Sixty percent of departments, including more than 80% of those serving 25,000 or more residents, had problem-solving partnerships or written agreements with community groups, local agencies, or others in 2003.
Forty-three percent of departments, employing 74% of all officers, used full-time school-resource officers in 2003. Collectively, these agencies employed about 14,300 such officers.
Seventy-four percent of local police departments in 2003 provided crime prevention education to citizens. About two-thirds (65%) of departments provided animal control services in 2003. Other special public safety functions included school crossing services (42%), emergency medical services (26%), civil defense (19%), and fire services (10%).
Overall, 37% of residents in 12 cities reported seeing police talking with residents in their neighborhood and 24% of respondents reporting seeing police facilitating crime watch and prevention activities.
One of the most common and best-known forms of community policing is Neighborhood Watch. According to Bennett, Holloway & Farrington (2006), in 2001 an estimated 41% of the American population lived in communities covered by Neighborhood Watch, which makes it the largest single organized crime prevention activity in the nation. Bennett et al. (2006) explain that the three main activities of Neighborhood Watch include neighborhood watch, property marking, and home security surveys. The organization of Neighborhood Watch groups varies but they typically involve a group of residents organized by a block captain. The group coordinates efforts with local police, usually through a Community Service Officer (CSO). Alldredge (2009) explains that the CSO organizes Neighborhood Watch groups in their assigned geographical areas. The role of the CSO is to attend the first Neighborhood Watch meeting, give a presentation on what activities participating in a Neighborhood Watch involve, provide official written informational materials about Neighborhood Watch, describe how to "watch" the neighborhood, and explain how to make their houses and the neighborhood as a whole less attractive to burglars (Alldredge, 2009). According to Bennett et al. (2006) funding is a joint venture between the local police department and the Neighborhood Watch members. Alldredge (2009) adds that Neighborhood Watch is funded and supported by the National Sheriffs' Association, the U.S. Department of Justice, the Bureau of Justice Assistance, and a number of non-governmental organizations. Additionally, most Neighborhood Watch groups are formed in suburban middle class neighborhoods, with most of the activity being carried out within individual police and sheriff departments and groups of houses within a single neighborhood block.

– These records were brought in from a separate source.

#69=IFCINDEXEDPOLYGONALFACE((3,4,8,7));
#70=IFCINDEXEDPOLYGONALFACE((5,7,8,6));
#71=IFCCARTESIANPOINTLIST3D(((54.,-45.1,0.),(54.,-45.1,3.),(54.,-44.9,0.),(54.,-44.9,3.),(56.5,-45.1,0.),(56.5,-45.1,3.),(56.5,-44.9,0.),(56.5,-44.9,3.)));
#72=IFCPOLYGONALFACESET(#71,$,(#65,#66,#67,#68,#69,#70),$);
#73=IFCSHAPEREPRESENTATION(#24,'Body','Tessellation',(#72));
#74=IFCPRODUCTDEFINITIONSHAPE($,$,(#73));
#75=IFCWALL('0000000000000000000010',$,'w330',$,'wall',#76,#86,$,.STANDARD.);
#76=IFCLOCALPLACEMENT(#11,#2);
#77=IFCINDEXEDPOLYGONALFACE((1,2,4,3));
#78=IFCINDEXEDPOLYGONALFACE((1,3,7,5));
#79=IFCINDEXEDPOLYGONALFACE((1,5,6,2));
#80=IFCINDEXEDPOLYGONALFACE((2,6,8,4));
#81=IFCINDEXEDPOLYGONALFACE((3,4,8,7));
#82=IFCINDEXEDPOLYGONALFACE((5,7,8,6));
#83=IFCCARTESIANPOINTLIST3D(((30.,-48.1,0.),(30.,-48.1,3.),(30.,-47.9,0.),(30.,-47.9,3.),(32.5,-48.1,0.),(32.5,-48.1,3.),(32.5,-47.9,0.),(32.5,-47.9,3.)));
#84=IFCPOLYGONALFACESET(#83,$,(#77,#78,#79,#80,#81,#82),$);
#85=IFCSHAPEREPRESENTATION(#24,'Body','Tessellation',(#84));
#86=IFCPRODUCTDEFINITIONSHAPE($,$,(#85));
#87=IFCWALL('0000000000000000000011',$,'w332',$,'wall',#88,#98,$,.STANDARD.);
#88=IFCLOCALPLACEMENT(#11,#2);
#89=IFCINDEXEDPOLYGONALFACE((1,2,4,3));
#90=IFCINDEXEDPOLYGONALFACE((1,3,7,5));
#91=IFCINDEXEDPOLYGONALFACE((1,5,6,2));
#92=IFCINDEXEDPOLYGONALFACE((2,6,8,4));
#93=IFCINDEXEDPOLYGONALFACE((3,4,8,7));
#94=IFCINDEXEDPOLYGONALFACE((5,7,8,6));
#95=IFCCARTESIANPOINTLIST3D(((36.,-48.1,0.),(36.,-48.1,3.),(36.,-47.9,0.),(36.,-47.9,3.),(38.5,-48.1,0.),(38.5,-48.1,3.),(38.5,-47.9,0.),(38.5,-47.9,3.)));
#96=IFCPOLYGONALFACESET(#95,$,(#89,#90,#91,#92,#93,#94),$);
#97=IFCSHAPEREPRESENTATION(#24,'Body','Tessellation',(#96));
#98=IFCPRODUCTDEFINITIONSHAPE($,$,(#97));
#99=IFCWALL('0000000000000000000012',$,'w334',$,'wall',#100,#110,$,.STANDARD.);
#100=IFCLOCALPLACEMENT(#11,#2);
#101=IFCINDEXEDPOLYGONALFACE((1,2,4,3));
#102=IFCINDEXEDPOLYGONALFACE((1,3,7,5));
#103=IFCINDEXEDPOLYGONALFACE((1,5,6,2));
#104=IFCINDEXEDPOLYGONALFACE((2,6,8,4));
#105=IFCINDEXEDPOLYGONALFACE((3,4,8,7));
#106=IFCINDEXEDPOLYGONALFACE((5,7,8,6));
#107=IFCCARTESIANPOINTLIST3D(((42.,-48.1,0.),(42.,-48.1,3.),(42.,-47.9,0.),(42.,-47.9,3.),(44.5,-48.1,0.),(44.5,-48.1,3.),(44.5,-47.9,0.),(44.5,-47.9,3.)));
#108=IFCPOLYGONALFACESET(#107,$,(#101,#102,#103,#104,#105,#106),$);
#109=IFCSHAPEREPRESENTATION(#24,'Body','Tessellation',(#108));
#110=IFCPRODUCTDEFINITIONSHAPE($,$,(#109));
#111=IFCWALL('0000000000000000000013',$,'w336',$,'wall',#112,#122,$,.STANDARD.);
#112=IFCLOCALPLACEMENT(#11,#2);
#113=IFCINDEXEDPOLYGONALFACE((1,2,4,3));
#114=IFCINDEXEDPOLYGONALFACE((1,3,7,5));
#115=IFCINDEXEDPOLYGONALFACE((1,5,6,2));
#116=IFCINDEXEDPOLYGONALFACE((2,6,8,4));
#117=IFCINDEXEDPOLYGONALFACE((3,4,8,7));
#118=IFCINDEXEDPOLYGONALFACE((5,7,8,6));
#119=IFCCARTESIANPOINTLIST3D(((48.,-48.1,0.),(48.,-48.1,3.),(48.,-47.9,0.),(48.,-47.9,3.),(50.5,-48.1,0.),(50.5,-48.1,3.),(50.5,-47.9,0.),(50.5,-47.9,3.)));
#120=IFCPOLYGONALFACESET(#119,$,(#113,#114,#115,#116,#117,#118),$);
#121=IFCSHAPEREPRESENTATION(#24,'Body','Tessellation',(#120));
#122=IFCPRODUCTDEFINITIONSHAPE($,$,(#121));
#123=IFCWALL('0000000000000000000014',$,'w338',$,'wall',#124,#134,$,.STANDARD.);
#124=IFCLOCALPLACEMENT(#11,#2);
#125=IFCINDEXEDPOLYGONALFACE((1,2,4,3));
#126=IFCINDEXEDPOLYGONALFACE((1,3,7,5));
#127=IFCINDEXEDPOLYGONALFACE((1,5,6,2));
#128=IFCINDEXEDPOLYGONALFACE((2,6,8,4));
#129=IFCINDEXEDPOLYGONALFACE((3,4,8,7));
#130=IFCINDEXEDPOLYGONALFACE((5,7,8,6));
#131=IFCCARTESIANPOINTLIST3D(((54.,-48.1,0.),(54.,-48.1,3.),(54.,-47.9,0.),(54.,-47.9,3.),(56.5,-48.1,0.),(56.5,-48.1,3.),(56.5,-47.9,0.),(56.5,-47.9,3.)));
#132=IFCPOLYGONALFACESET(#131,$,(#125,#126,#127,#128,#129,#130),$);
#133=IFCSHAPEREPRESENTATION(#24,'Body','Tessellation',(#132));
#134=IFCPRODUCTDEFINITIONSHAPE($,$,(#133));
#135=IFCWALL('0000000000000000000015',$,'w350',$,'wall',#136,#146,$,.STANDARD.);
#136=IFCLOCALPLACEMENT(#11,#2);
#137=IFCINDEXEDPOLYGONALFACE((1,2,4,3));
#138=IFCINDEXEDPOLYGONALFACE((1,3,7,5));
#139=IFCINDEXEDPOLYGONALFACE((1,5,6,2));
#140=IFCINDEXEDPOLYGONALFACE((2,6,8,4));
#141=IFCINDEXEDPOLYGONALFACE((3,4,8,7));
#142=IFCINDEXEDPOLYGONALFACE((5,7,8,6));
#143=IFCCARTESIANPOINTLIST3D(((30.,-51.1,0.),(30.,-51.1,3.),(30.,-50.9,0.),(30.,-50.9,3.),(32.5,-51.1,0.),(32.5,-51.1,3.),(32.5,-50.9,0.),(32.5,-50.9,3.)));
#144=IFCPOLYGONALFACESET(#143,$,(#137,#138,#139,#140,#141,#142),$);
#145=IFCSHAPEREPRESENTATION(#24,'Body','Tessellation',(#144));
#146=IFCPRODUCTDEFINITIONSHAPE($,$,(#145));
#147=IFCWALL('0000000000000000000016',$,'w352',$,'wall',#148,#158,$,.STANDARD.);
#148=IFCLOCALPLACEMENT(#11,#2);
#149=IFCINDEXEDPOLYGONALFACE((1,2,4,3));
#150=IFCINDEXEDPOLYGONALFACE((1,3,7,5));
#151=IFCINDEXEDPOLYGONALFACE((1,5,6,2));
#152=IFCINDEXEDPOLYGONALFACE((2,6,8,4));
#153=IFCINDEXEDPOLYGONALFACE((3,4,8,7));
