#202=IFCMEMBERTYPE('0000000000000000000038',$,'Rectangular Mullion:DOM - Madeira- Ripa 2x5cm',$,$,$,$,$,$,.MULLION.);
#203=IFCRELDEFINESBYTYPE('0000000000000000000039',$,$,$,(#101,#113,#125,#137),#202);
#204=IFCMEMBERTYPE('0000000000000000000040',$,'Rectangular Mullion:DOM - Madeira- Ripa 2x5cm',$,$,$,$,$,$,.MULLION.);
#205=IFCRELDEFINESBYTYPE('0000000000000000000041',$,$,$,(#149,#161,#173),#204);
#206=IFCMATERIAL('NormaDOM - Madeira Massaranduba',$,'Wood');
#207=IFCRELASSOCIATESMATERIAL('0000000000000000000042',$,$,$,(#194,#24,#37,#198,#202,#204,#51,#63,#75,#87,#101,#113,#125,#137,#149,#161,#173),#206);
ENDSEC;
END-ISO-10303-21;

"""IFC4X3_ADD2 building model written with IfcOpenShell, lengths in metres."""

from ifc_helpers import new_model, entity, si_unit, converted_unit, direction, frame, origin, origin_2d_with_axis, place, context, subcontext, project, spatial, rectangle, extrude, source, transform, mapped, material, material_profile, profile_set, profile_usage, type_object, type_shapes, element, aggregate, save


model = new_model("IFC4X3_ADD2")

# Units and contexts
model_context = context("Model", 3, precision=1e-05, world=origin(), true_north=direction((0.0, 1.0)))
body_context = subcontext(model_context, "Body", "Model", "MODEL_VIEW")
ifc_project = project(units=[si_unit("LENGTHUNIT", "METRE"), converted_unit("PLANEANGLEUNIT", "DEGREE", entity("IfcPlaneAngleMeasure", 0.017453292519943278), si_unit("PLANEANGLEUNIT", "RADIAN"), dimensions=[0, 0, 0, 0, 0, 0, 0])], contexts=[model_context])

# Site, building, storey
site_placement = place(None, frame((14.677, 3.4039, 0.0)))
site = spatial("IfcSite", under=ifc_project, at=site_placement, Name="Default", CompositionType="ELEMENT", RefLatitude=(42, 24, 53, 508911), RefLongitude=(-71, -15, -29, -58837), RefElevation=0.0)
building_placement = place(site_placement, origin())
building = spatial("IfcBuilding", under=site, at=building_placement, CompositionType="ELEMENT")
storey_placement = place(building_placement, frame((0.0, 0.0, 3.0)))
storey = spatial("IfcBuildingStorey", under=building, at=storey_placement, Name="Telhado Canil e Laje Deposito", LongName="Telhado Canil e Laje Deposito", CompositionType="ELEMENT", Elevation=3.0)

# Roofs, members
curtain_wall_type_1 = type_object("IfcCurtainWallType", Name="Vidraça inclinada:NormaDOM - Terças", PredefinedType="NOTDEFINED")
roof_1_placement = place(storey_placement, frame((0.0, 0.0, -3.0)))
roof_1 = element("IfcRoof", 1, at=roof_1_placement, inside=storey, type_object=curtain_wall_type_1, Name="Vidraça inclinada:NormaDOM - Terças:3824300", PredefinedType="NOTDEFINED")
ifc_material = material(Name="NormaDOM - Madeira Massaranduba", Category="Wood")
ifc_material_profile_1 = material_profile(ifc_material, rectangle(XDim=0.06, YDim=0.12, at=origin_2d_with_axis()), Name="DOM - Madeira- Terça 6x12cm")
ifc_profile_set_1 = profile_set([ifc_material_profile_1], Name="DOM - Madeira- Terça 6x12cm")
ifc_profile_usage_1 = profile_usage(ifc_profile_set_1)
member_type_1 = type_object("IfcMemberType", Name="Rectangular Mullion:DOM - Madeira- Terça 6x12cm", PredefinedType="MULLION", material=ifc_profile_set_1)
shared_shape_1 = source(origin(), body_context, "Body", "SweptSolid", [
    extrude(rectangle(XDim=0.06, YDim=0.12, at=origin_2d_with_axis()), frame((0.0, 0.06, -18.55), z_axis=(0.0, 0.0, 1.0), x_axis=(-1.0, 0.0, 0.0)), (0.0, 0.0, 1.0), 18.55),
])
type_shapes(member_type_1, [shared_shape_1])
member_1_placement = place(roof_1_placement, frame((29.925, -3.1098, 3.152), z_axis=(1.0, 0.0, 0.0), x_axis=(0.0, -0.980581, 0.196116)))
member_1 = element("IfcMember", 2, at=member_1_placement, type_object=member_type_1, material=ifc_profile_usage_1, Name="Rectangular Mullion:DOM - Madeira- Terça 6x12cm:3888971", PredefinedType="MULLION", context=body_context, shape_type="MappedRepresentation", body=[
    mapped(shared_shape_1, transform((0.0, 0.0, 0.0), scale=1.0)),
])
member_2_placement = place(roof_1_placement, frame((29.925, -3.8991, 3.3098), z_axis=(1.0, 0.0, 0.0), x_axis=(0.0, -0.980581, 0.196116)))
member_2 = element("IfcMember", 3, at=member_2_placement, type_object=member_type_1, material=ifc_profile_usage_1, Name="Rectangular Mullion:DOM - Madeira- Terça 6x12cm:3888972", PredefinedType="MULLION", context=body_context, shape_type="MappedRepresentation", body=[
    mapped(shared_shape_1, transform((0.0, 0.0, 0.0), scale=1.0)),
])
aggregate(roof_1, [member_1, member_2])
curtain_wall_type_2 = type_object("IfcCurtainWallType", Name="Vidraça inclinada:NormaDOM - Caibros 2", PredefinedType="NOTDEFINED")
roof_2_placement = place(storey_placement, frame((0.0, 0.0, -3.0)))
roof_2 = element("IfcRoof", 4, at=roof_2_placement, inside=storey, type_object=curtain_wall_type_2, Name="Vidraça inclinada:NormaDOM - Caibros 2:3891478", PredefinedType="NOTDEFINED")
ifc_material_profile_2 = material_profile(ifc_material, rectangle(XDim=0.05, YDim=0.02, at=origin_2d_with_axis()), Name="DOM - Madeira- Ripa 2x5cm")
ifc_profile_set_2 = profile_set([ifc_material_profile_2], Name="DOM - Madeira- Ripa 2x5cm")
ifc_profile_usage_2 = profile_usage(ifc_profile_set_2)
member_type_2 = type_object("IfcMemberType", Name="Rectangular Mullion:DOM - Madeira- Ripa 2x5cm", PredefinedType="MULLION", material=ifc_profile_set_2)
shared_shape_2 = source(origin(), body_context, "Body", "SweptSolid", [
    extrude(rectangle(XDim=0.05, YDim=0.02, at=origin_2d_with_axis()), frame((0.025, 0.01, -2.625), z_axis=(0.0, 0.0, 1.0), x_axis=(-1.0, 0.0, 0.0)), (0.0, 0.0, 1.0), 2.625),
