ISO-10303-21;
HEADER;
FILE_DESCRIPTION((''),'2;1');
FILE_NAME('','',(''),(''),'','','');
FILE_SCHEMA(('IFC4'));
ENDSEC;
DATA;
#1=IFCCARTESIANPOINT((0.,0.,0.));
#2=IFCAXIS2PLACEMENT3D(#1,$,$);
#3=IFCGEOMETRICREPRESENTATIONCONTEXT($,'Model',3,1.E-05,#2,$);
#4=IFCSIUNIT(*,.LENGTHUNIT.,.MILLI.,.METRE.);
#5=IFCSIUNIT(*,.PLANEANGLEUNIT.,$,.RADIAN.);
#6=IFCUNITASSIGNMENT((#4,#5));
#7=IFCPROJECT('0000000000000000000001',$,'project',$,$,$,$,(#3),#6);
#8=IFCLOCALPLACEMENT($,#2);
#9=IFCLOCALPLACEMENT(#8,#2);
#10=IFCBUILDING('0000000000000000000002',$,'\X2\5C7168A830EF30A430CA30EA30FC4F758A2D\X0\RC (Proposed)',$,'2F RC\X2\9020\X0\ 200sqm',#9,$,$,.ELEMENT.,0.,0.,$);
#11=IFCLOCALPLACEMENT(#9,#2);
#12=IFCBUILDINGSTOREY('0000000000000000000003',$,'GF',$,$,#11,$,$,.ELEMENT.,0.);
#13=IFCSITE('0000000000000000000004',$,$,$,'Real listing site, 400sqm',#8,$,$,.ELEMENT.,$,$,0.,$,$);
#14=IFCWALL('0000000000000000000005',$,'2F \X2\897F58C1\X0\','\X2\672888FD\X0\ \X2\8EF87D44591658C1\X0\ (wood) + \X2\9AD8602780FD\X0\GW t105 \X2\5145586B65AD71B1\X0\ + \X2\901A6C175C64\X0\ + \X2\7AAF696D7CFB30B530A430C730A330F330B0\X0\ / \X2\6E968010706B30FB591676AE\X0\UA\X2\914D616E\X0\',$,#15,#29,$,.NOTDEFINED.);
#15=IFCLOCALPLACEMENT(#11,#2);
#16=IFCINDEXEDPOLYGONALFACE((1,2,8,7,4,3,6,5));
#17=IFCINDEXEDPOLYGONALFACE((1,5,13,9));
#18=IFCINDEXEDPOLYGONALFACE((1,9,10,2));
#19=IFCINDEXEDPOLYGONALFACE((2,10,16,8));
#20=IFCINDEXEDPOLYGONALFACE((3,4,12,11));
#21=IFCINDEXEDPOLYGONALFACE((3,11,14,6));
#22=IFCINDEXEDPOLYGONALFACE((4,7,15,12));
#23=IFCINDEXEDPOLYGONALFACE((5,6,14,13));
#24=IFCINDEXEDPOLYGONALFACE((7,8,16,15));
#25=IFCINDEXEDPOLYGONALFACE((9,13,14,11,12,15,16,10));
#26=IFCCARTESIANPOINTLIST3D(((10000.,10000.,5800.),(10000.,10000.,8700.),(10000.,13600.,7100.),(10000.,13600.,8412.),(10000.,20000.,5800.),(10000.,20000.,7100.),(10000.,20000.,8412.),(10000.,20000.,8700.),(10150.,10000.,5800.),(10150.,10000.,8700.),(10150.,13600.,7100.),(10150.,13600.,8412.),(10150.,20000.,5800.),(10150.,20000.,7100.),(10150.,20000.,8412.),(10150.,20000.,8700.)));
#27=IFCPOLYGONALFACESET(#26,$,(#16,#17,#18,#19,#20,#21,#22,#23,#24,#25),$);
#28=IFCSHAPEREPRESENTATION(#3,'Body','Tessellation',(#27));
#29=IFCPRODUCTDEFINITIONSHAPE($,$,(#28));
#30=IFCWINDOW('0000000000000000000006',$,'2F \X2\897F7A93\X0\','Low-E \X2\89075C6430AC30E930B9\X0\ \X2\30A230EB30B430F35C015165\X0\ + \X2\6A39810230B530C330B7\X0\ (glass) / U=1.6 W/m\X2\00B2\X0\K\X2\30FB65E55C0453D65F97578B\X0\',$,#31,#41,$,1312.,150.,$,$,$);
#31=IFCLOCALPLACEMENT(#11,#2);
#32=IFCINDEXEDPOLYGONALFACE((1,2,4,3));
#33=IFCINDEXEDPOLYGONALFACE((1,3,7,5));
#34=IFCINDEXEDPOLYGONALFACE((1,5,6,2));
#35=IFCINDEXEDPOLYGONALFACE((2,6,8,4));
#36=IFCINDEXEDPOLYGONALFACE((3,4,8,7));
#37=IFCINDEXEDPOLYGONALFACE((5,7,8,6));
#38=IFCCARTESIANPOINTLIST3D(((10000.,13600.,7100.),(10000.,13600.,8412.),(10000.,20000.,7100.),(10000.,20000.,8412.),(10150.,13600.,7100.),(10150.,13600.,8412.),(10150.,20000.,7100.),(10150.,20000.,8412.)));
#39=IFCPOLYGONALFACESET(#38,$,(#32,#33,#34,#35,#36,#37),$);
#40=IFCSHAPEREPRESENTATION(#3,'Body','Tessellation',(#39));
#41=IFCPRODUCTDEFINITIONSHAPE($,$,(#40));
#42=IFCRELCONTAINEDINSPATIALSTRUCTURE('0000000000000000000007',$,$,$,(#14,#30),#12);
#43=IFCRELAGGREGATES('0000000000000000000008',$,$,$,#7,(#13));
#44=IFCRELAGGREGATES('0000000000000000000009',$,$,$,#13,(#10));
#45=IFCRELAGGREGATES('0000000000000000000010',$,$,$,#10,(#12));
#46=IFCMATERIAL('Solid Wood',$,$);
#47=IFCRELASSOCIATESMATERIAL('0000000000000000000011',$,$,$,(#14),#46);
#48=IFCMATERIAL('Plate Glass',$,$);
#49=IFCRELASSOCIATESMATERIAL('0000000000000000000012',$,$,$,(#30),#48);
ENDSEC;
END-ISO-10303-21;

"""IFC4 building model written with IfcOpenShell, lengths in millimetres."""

from ifc_helpers import new_model, si_unit, frame, frame_2d, origin, place, context, project, spatial, rectangle, extrude, material, element, fill, save


model = new_model("IFC4")

# Units and contexts
model_context = context("Model", 3, precision=1e-05, world=origin())
ifc_project = project(units=[si_unit("LENGTHUNIT", "METRE", prefix="MILLI"), si_unit("PLANEANGLEUNIT", "RADIAN")], contexts=[model_context])

# Site, building, storey
site_placement = place(None, origin())
site = spatial("IfcSite", under=ifc_project, at=site_placement, ObjectType="Real listing site, 400sqm", CompositionType="ELEMENT", RefElevation=0.0)
building_placement = place(site_placement, origin())
building = spatial("IfcBuilding", under=site, at=building_placement, Name="山梨ワイナリー併設RC (Proposed)", ObjectType="2F RC造 200sqm", CompositionType="ELEMENT", ElevationOfRefHeight=0.0, ElevationOfTerrain=0.0)
storey_placement = place(building_placement, origin())
storey = spatial("IfcBuildingStorey", under=building, at=storey_placement, Name="GF", CompositionType="ELEMENT", Elevation=0.0)

# Shared definitions
ifc_material_1 = material(Name="Solid Wood")

# Shared definitions
ifc_material_2 = material(Name="Plate Glass")

# Wall, opening, window
wall_1_placement = place(storey_placement, frame((5000.0, 5000.0, 2900.0)))
wall_1 = element("IfcWall", 1, at=wall_1_placement, inside=storey, material=ifc_material_1, Name="2F 西壁", Description="木製 軸組外壁 (wood) + 高性能GW t105 充填断熱 + 通気層 + 窯業系サイディング / 準耐火・外皮UA配慮", PredefinedType="NOTDEFINED", context=model_context, shape_type="SweptSolid", body=[
    extrude(rectangle(XDim=150.0, YDim=10000.0, at=frame_2d((75.0, 5000.0))), frame((5000.0, 5000.0, 2900.0)), (0.0, 0.0, 1.0), 2900.0),
])
opening_1_placement = place(storey_placement, frame((5000.0, 6800.0, 3550.0)))
opening_1 = element("IfcOpeningElement", 2, at=opening_1_placement, cuts=wall_1, PredefinedType="NOTDEFINED", context=model_context, shape_type="SweptSolid", body=[
    extrude(rectangle(XDim=150.0, YDim=6400.0, at=frame_2d((75.0, 3200.0))), frame((5000.0, 6800.0, 3550.0)), (0.0, 0.0, 1.0), 1312.0),
])
window_1_placement = place(storey_placement, frame((5000.0, 6800.0, 3550.0)))
window_1 = element("IfcWindow", 3, at=window_1_placement, inside=storey, material=ifc_material_2, Name="2F 西窓", Description="Low-E 複層ガラス アルゴン封入 + 樹脂サッシ (glass) / U=1.6 W/m²K・日射取得型", OverallHeight=1312.0, OverallWidth=150.0, context=model_context, shape_type="SweptSolid", body=[
    extrude(rectangle(XDim=150.0, YDim=6400.0, at=frame_2d((75.0, 3200.0))), frame((5000.0, 6800.0, 3550.0)), (0.0, 0.0, 1.0), 1312.0),
])
fill(opening_1, window_1)

save(model, "model.ifc")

Fleming (2005) outlines several benefits of Neighborhood Watch groups:
The willingness of the community to actively watch and report anything suspicious increases the chance of an offender being caught. This scrutiny defers potential offenders.

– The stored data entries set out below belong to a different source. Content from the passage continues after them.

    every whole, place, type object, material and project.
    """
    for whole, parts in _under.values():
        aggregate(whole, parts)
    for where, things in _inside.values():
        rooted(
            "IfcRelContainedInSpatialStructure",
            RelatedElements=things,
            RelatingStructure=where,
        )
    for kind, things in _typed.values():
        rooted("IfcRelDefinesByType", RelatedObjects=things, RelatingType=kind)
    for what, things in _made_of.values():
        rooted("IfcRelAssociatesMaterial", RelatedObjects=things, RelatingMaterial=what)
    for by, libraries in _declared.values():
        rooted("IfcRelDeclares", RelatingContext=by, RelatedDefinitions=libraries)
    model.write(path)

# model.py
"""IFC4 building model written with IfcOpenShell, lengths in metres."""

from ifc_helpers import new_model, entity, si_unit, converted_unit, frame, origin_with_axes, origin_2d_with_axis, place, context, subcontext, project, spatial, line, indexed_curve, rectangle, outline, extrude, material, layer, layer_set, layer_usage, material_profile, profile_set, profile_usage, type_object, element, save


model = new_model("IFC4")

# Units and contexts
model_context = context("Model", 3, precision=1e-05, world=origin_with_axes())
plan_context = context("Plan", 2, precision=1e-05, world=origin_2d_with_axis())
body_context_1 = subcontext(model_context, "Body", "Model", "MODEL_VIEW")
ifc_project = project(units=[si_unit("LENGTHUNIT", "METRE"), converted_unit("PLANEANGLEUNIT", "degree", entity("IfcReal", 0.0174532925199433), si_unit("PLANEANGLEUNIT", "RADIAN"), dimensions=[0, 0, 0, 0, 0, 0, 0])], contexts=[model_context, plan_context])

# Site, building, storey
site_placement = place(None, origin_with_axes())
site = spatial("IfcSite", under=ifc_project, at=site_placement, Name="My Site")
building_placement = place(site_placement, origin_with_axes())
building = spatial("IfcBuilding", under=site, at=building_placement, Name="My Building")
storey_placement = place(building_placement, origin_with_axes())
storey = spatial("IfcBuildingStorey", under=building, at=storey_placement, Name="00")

The distribution of Neighborhood Watch schemes across diverse geographical areas allows for homogeneous membership levels.
As the 'eyes and ears' of the police, communities' levels of crime reporting and intelligence provided to the police have increased. This information leads to more arrests and convictions.
Police share information with citizens, such as crime statistics and crime education material, with a view to reducing crime and victimization.
Neighborhood Watch reduces crime through decreasing opportunities to offend by creating signs of occupancy, property marking, security surveys and greater security awareness.
Active Neighborhood Watch schemes reduce fear of crime.
Residents and communities are generally willing to participate in Neighborhood Watch schemes.
Formal meetings strengthen neighborhood dynamics.
Neighborhood Watch activity consolidates a strong and meaningful partnership between law enforcement officers and the community (p. 3).